The first priority is stopping or slowing the bleed and preventing it from expanding. For people who arrive with very high blood pressure, medical teams carefully lower systolic blood pressure to a target range of 130 to 140 mmHg. Dropping it too aggressively, below 130, can actually cause harm, so the goal is a controlled, steady reduction rather than a sharp drop.

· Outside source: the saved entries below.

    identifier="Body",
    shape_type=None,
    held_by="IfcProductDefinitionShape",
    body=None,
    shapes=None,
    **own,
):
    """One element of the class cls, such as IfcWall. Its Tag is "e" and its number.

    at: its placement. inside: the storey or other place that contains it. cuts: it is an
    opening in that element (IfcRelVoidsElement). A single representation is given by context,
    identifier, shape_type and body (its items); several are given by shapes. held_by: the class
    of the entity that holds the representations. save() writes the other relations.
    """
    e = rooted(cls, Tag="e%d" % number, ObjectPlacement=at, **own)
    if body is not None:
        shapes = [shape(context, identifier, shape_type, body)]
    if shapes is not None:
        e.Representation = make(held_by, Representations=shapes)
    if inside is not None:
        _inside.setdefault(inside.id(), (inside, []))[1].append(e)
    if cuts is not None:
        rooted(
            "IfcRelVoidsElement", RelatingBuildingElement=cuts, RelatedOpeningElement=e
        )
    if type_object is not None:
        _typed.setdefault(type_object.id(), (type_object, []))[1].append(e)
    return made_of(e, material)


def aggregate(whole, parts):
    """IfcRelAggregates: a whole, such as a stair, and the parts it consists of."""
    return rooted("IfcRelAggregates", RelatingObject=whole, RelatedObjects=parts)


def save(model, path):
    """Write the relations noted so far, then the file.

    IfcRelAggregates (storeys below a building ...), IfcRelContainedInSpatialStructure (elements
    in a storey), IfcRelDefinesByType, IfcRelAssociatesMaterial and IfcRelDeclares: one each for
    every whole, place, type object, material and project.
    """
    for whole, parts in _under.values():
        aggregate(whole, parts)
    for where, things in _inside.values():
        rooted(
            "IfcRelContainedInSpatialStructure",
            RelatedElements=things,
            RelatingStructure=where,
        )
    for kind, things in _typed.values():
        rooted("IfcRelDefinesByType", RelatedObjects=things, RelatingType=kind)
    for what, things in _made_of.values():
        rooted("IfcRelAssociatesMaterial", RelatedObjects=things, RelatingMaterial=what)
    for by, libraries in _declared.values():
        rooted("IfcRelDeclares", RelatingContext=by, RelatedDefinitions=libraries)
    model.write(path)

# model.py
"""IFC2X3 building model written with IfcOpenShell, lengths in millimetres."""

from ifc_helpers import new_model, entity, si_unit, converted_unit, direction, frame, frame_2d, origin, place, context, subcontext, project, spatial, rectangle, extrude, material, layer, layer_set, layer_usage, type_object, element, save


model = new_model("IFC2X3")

For patients who were taking blood thinners when the hemorrhage occurred, the situation is especially dangerous. These medications prevent normal clotting, so the bleed can expand rapidly. Reversing the blood thinner as quickly as possible is critical. The specific reversal strategy depends on which medication the person was taking. For warfarin, a concentrated clotting factor product is given along with intravenous vitamin K. For newer blood thinners like rivaroxaban and apixaban, a targeted reversal agent called andexanet alfa was approved in 2018 and is now recommended by multiple professional guidelines for life-threatening bleeds. When that agent is unavailable, a general clotting factor concentrate is used as a backup.

Surgical Options

When a ruptured aneurysm is the source of bleeding, the goal of surgery is to seal off the aneurysm so it cannot bleed again. Two approaches exist.

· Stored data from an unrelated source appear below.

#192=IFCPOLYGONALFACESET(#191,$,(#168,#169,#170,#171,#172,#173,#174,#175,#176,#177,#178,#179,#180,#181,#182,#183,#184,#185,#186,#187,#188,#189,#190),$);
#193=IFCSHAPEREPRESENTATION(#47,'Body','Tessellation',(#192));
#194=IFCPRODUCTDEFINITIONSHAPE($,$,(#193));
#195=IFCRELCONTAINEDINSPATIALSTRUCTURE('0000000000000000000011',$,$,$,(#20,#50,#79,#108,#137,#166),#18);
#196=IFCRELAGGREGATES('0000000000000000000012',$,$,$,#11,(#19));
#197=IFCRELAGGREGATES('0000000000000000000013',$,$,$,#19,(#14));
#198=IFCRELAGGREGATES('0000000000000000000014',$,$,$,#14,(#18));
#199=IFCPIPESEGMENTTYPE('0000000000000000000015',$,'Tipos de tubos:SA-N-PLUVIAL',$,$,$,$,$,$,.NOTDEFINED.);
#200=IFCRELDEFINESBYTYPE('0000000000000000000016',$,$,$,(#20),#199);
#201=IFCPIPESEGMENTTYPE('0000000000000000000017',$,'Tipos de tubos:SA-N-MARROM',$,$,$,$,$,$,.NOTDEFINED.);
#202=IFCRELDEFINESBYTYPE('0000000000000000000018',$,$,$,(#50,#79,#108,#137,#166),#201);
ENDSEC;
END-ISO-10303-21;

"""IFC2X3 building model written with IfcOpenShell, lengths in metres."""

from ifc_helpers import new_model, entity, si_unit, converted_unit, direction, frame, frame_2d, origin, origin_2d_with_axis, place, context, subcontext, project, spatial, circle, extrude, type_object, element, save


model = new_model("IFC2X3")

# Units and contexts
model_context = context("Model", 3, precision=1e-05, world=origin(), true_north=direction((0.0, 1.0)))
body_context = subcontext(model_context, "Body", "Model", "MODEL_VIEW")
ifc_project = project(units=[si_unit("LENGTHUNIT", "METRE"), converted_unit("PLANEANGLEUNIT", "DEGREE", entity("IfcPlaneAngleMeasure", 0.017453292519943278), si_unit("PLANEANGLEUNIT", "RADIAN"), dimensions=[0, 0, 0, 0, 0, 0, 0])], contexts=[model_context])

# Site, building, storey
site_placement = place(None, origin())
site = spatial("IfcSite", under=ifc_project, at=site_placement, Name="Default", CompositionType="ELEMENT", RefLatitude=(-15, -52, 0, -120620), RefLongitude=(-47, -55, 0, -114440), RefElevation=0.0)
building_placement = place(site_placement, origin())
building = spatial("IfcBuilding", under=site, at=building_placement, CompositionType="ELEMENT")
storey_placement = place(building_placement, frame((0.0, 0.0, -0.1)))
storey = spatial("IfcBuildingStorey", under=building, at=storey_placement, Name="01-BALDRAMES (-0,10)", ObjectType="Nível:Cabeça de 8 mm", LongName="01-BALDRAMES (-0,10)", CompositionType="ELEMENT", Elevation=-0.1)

Surgical clipping is an open procedure. A surgeon opens a section of the skull, carefully exposes the aneurysm, and places a small metal clip across its neck to cut off blood flow into the bulge. It is more invasive but achieves more complete closure: incomplete sealing occurs in only about 8% of clipping cases.

Endovascular coiling is minimally invasive. A thin catheter is threaded from an artery in the leg up into the brain’s blood vessels. Once positioned inside the aneurysm, tiny platinum coils are released that pack the aneurysm and trigger clotting, effectively blocking it off from the inside. Coiling involves no opening of the skull, and patients generally have better short-term neurological outcomes. It is also the only practical option for aneurysms located at the back of the brain, which are difficult to reach surgically. The tradeoff is a higher rate of incomplete closure (about 22%), which can require follow-up procedures.

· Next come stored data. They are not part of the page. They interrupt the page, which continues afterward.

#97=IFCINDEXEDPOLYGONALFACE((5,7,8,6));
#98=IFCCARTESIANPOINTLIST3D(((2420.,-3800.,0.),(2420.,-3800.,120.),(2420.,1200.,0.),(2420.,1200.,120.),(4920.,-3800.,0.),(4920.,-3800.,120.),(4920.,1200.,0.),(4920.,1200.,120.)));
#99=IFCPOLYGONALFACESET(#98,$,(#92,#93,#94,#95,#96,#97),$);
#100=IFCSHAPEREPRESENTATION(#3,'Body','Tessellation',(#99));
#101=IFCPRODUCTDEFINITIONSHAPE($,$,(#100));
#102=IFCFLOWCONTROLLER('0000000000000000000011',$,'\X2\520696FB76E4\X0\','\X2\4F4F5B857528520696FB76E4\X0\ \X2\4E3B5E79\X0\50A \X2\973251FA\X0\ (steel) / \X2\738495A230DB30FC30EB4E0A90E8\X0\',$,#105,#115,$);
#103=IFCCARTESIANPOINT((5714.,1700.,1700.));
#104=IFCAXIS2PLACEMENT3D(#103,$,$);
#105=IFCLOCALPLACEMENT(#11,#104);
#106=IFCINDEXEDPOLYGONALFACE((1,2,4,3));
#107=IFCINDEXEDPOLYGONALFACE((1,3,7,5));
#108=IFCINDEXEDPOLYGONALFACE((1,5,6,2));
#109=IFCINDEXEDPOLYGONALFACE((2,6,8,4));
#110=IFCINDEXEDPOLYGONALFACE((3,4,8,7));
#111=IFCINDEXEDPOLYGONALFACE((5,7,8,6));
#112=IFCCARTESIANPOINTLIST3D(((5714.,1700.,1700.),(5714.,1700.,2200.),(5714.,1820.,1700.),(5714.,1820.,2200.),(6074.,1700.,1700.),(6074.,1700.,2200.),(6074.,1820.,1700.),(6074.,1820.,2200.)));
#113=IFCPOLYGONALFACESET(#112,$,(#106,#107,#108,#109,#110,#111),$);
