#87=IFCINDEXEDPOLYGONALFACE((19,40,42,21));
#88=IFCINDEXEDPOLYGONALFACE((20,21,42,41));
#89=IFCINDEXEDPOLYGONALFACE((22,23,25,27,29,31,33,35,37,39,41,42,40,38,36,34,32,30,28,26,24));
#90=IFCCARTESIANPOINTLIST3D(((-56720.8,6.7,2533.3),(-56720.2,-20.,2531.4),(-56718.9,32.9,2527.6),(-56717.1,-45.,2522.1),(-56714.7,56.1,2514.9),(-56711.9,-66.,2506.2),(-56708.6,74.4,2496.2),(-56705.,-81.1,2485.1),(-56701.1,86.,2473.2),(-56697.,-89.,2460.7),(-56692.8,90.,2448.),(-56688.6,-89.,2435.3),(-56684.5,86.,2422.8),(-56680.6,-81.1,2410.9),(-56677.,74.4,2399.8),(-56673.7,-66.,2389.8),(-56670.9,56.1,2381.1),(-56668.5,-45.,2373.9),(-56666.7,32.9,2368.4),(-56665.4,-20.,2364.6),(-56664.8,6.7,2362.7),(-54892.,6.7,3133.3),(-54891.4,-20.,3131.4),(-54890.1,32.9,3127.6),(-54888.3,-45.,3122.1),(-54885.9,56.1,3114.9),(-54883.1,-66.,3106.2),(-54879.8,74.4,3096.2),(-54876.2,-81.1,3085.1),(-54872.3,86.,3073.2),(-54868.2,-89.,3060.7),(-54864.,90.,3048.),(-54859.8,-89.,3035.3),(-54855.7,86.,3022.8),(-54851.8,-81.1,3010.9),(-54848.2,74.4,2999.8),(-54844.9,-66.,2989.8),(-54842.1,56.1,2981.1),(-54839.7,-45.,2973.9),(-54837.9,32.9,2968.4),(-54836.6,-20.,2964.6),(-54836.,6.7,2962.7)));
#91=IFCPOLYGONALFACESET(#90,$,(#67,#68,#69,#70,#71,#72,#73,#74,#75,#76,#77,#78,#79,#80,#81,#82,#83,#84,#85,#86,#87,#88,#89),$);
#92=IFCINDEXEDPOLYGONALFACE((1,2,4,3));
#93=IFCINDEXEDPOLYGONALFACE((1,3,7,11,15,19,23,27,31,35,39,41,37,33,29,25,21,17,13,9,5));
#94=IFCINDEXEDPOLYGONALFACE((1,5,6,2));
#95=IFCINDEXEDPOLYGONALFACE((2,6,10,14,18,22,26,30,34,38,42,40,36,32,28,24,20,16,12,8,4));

The landmark International Subarachnoid Aneurysm Trial compared the two approaches for ruptured aneurysms and found that coiling reduced the risk of death or dependency by about 7 percentage points. Fourteen-day fatality rates were 6.4% for coiling versus 8.2% for clipping. Coiling has since become the preferred approach at most centers, though clipping remains essential for very large aneurysms or cases where coiling is not technically possible.

For large intracerebral hemorrhages, surgery may be performed to evacuate the blood clot and relieve pressure, though the decision depends heavily on the bleed’s size, location, and the patient’s overall condition.

Recovery and Outlook

Hemorrhagic strokes are more immediately life-threatening than ischemic strokes, and the first 24 to 72 hours are the most critical period. Expansion of the initial bleed, swelling of surrounding brain tissue, and secondary complications like seizures or fluid buildup in the brain all pose ongoing risks during early hospitalization. Most patients are managed in a neurological intensive care unit during this window.

For those who survive the acute phase, recovery follows a trajectory similar to other strokes but often starts from a more severe deficit. Rehabilitation typically involves physical therapy, occupational therapy, and speech therapy depending on which brain areas were affected. Recovery can continue for months to over a year as the brain adapts and heals, though some degree of lasting impairment is common with larger hemorrhages.

Long-term prevention focuses heavily on blood pressure control, which remains the single most effective way to reduce the risk of a first or recurrent hemorrhagic stroke. For patients with cerebral amyloid angiopathy, decisions about resuming blood thinners are particularly complex, since these medications can increase the risk of another bleed in already-fragile vessels.